§ ABOUT THIS EXERCISE
Go through the data and copy each line where the string "IFCEXTRUDEDAREASOLID" appears.
————
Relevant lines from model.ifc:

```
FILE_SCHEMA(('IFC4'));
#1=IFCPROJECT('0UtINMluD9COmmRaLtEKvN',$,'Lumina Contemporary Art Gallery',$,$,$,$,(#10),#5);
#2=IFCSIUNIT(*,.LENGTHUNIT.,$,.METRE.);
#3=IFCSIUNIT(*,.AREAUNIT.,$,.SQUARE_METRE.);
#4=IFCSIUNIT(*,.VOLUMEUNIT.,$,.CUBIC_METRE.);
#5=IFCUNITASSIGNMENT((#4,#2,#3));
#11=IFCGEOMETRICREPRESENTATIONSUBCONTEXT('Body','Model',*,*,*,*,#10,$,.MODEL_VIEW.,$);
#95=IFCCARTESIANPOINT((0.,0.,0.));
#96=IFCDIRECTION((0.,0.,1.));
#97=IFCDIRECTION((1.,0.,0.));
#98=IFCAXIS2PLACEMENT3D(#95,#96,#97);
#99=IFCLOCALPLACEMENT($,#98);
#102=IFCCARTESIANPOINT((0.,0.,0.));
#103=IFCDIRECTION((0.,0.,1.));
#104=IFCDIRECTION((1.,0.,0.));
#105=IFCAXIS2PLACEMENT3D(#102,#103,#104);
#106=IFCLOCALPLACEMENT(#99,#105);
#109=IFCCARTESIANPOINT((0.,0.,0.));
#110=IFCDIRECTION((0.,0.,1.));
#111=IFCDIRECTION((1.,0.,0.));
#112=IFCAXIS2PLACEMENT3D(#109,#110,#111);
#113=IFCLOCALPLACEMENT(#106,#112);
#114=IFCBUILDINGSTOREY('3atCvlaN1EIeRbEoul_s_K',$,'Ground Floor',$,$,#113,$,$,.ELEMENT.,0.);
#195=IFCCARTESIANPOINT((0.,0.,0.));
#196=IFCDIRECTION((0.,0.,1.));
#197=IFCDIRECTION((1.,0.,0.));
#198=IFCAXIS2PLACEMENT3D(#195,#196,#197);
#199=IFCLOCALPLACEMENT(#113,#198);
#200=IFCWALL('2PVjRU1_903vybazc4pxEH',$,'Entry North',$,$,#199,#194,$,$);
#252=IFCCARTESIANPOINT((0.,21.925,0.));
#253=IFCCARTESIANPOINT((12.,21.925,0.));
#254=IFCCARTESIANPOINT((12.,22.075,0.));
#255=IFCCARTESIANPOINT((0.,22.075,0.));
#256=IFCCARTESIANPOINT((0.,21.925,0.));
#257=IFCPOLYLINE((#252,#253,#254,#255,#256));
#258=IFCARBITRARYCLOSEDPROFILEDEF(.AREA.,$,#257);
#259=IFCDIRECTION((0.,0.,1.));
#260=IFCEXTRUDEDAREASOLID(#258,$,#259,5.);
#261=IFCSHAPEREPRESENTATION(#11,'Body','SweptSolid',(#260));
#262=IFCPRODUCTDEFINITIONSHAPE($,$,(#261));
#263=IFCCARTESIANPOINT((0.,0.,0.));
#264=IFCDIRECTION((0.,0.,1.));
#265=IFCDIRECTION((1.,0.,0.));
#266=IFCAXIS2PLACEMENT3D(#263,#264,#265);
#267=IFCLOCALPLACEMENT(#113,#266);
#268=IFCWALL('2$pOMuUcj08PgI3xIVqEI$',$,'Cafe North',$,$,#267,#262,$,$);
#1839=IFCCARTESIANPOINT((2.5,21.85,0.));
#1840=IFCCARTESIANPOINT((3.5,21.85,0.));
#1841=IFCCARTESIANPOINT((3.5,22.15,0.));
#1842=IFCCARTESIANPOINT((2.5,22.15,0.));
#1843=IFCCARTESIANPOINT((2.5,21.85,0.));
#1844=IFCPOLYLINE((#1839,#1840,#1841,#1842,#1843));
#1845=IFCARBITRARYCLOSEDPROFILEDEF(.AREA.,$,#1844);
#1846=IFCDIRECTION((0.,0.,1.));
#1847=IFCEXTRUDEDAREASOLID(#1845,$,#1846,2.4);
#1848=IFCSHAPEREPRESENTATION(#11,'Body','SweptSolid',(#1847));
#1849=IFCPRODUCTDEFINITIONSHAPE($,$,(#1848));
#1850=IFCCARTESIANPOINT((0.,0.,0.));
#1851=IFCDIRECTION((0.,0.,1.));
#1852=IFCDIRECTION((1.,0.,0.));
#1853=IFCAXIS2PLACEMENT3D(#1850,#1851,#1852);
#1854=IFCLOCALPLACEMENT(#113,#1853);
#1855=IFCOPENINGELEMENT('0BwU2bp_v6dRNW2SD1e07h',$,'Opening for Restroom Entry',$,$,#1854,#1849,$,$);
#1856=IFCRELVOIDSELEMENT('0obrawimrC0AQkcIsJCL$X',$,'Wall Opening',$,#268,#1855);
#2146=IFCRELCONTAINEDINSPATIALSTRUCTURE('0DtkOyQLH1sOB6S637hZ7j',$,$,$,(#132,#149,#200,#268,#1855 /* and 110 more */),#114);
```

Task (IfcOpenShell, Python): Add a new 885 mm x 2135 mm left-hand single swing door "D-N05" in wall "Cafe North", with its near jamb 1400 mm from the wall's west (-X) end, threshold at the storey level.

```python
import numpy as np
import ifcopenshell
import ifcopenshell.api.feature
import ifcopenshell.api.geometry
import ifcopenshell.api.root
import ifcopenshell.api.spatial
import ifcopenshell.geom
import ifcopenshell.util.element
import ifcopenshell.util.placement
import ifcopenshell.util.representation
import ifcopenshell.util.shape
import ifcopenshell.util.unit

model = ifcopenshell.open("model.ifc")
unit_scale = ifcopenshell.util.unit.calculate_unit_scale(model)
settings = ifcopenshell.geom.settings()


def volume(element):
    """Net volume in cubic metres, openings subtracted."""
    shape = ifcopenshell.geom.create_shape(settings, element)
    return ifcopenshell.util.shape.get_volume(shape.geometry)


wall = model.by_id(268)
storey = ifcopenshell.util.element.get_container(wall, ifc_class="IfcBuildingStorey")
context = ifcopenshell.util.representation.get_context(model, "Model", "Body", "MODEL_VIEW")
before = volume(wall)

width, height, from_end, sill = 0.885, 2.135, 1.4, 0.0  # metres

# The wall runs along its own X axis, and the end named is its -X end.
wall_shape = ifcopenshell.geom.create_shape(settings, wall)
x, y, z = ifcopenshell.util.shape.get_vertices(wall_shape.geometry).T
start = x.min() + from_end
face, thickness = float(y.min()), float(y.max() - y.min())
wall_matrix = ifcopenshell.util.placement.get_local_placement(wall.ObjectPlacement)
level = ifcopenshell.util.placement.get_local_placement(storey.ObjectPlacement)[2, 3]


def in_wall(x, y):
    """Placement at x, y metres in the wall's axes, at sill height."""
    matrix = wall_matrix.copy()
    matrix[:, 3] = wall_matrix @ np.array([x / unit_scale, y / unit_scale, 0.0, 1.0])
    matrix[2, 3] = level + sill / unit_scale
    return matrix


# Opening: a box that overshoots both wall faces by 50 mm.
opening = ifcopenshell.api.root.create_entity(model, ifc_class="IfcOpeningElement", predefined_type="OPENING")
box = ifcopenshell.api.geometry.add_wall_representation(
    model, context=context, length=width, height=height, thickness=thickness + 0.1
)
ifcopenshell.api.geometry.assign_representation(model, product=opening, representation=box)
ifcopenshell.api.geometry.edit_object_placement(model, product=opening, matrix=in_wall(start, face - 0.05), is_si=False)
ifcopenshell.api.feature.add_feature(model, feature=opening, element=wall)

door = ifcopenshell.api.root.create_entity(model, ifc_class="IfcDoor", name="D-N05", predefined_type="DOOR")
door.OverallWidth, door.OverallHeight = width / unit_scale, height / unit_scale
door.OperationType = "SINGLE_SWING_LEFT"
body = ifcopenshell.api.geometry.add_door_representation(
    model,
    context=context,
    overall_width=door.OverallWidth,
    overall_height=door.OverallHeight,
    operation_type="SINGLE_SWING_LEFT",
    lining_properties={"LiningDepth": thickness / unit_scale, "ThresholdDepth": thickness / unit_scale},
)
ifcopenshell.api.geometry.assign_representation(model, product=door, representation=body)
ifcopenshell.api.spatial.assign_container(model, products=[door], relating_structure=storey)
ifcopenshell.api.feature.add_filling(model, opening=opening, element=door)

# The lining spans the wall, so the door starts at the wall face.
ifcopenshell.api.geometry.edit_object_placement(model, product=door, matrix=in_wall(start, face), is_si=False)

after = volume(wall)

print(f"wall volume {before:.3f} -> {after:.3f} m3")

model.write("model_updated.ifc")
```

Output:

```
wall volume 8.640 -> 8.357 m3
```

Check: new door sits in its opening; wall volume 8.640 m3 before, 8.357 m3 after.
————
§ RESPONSE BOX
#260=IFCEXTRUDEDAREASOLID(#258,$,#259,5.);
#1847=IFCEXTRUDEDAREASOLID(#1845,$,#1846,2.4);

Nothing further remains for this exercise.